If there is any assistance on part information I would really love to hear about it before I purchase said items. Currently since it seems that I live beyond the wall in game of thrones. Once Michigan decides that it would like to have actual livable temperatures outside I will be starting work. It might even end up on youtube under _Tune and Hoon_ a channel my buddy started (it seriously just started, we did a single project so far on an old E36 318). There are a few photos of what she currently looks like as well attached.

Thanks!


----------



## w_cochran (Dec 6, 2016)

Would definitely recommend getting the tune from Brian at Vermont Tuning. I have lots of experience dealing with him. He has done all of the tuning on my Cruze 1.4T for the past 3 years and I’ve never had any issues. I’ve had 20-30 different tune files for various different hardware modifications and every single one was spot on. That includes a completely custom GTX3071R turbo setup that I’m currently in the process of having tuned, Vermont Tuning is definitely the way to go.
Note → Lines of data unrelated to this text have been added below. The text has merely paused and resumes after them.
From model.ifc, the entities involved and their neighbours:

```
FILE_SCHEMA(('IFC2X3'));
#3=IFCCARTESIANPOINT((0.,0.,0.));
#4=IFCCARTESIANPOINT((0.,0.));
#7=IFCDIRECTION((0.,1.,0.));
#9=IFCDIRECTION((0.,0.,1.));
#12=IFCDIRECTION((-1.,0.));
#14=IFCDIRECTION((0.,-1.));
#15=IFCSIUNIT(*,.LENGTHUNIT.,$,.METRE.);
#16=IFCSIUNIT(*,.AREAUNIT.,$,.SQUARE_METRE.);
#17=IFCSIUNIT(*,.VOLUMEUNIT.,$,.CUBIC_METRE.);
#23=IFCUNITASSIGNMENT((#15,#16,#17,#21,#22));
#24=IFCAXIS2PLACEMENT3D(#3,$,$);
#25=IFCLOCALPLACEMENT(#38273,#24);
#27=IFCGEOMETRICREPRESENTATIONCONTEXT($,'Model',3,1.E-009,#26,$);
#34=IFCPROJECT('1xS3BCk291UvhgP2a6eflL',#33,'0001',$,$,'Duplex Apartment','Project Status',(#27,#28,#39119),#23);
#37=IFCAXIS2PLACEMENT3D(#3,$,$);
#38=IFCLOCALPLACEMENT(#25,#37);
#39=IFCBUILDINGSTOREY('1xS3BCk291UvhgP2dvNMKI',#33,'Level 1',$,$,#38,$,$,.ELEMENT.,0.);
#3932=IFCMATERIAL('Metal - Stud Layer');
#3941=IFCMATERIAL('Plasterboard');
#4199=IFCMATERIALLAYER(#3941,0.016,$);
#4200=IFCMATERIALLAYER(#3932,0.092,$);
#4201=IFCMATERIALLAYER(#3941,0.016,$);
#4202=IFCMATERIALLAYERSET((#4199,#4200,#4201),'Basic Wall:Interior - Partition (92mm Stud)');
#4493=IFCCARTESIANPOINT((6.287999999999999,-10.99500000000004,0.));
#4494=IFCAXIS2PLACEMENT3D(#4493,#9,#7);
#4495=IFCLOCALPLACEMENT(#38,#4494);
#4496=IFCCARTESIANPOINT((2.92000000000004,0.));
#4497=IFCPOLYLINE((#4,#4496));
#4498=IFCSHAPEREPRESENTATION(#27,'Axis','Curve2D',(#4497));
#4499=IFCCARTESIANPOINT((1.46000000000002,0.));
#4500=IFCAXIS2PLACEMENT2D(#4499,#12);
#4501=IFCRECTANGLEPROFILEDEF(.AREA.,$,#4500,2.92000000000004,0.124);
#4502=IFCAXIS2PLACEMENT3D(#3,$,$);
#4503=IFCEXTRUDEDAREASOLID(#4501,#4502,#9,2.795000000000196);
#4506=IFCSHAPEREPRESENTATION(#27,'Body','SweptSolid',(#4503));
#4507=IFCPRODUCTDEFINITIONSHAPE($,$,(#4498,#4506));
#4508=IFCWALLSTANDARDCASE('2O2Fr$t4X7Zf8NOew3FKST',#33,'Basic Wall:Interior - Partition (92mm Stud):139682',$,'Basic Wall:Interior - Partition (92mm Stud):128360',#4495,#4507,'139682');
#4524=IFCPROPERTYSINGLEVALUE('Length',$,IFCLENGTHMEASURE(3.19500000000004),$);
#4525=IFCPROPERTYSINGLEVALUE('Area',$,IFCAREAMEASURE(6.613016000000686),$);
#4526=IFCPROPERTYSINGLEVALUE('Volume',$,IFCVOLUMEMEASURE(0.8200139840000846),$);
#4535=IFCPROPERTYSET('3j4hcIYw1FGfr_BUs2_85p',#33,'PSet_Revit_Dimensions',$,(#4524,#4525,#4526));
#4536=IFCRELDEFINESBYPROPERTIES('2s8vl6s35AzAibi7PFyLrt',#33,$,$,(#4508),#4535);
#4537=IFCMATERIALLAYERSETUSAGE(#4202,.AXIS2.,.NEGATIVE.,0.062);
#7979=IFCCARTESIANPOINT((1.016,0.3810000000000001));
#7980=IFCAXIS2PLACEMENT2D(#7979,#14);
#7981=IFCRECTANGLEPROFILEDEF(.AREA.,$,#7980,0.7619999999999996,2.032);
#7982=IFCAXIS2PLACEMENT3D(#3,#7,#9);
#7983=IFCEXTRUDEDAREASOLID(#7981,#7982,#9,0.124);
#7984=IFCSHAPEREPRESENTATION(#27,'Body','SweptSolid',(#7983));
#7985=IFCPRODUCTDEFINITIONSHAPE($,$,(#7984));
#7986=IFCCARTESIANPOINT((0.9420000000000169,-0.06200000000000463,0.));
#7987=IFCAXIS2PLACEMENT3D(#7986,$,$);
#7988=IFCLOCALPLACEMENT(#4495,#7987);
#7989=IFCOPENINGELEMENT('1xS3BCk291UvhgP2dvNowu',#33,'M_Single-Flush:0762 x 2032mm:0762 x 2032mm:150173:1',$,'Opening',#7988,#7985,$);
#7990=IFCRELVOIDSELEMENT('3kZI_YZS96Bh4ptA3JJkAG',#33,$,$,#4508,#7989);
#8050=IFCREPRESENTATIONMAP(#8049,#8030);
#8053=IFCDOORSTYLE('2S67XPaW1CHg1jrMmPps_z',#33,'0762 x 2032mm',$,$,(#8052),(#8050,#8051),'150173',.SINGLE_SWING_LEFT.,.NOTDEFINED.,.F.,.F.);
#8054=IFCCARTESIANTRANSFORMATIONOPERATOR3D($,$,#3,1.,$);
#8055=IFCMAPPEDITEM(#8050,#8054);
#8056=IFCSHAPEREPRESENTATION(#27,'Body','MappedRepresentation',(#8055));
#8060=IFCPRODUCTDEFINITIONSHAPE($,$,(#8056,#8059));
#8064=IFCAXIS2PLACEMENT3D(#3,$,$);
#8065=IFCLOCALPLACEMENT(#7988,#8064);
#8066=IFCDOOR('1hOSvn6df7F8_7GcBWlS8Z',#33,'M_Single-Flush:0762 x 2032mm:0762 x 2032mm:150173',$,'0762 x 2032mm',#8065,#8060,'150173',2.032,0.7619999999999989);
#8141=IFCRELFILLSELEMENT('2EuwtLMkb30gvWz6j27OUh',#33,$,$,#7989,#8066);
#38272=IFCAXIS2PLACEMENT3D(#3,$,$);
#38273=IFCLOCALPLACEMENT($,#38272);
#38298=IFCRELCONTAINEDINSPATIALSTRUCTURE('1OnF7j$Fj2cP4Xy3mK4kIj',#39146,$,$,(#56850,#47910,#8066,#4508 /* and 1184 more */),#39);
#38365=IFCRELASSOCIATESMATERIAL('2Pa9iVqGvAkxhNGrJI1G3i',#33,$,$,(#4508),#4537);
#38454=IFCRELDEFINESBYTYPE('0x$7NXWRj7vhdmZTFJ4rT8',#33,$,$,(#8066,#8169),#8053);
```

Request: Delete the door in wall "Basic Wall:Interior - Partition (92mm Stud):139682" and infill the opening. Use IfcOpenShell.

```python
import ifcopenshell
import ifcopenshell.api.feature
import ifcopenshell.api.pset
import ifcopenshell.api.root
import ifcopenshell.geom
import ifcopenshell.util.element
import ifcopenshell.util.shape
import ifcopenshell.util.unit

model = ifcopenshell.open("model.ifc")
area_scale = ifcopenshell.util.unit.calculate_unit_scale(model, "AREAUNIT")
volume_scale = ifcopenshell.util.unit.calculate_unit_scale(model, "VOLUMEUNIT")
settings = ifcopenshell.geom.settings()


def volume(element):
    """Net volume in cubic metres, openings subtracted."""
    shape = ifcopenshell.geom.create_shape(settings, element)
    return ifcopenshell.util.shape.get_volume(shape.geometry)


door = model.by_guid("1hOSvn6df7F8_7GcBWlS8Z")
opening = door.FillsVoids[0].RelatingOpeningElement
wall = opening.VoidsElements[0].RelatingBuildingElement
before = volume(wall)

ifcopenshell.api.root.remove_product(model, product=door)
ifcopenshell.api.feature.remove_feature(model, feature=opening)

after = volume(wall)
thickness = 0.124  # wall thickness in metres

# Update the wall's stored quantities.
pset = model.by_id(ifcopenshell.util.element.get_pset(wall, "PSet_Revit_Dimensions", should_inherit=False)["id"])
ifcopenshell.api.pset.edit_pset(model, pset=pset, properties={
    "Area": model.create_entity("IfcAreaMeasure", after / thickness / area_scale),
    "Volume": model.create_entity("IfcVolumeMeasure", after / volume_scale),
})

print(f"wall volume {before:.3f} -> {after:.3f} m3")

model.write("model_edited.ifc")
```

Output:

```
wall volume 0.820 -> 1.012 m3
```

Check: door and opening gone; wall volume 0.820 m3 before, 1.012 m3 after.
Keep in mind that the driver doesn’t blow the motor, the tuner blows the motor.


----------



## Altair (Oct 12, 2017)

Thanks for the info! Ill look into them as well. I decided why not have a fun daily due to no longer having an old M3. I was also thinking about doing the intake, downpipe, exhaust, and tune all in one go so when it gets tuned those additions can support it. Also i know the downpipe will throw a code due to the oxygen sensor so if anything that and the tune will get done at the same time.


----------



## Altair (Oct 12, 2017)

Due to repeated bad weather and getting married recently I have only put the air intake onto the cruze. I am loving the sounds it now makes when I shift!

I also was discussing with a friend a few days back about doing E85 flexfuel. I was wondering if anyone has any experience or information on the preformance gain or how it affects the car.


----------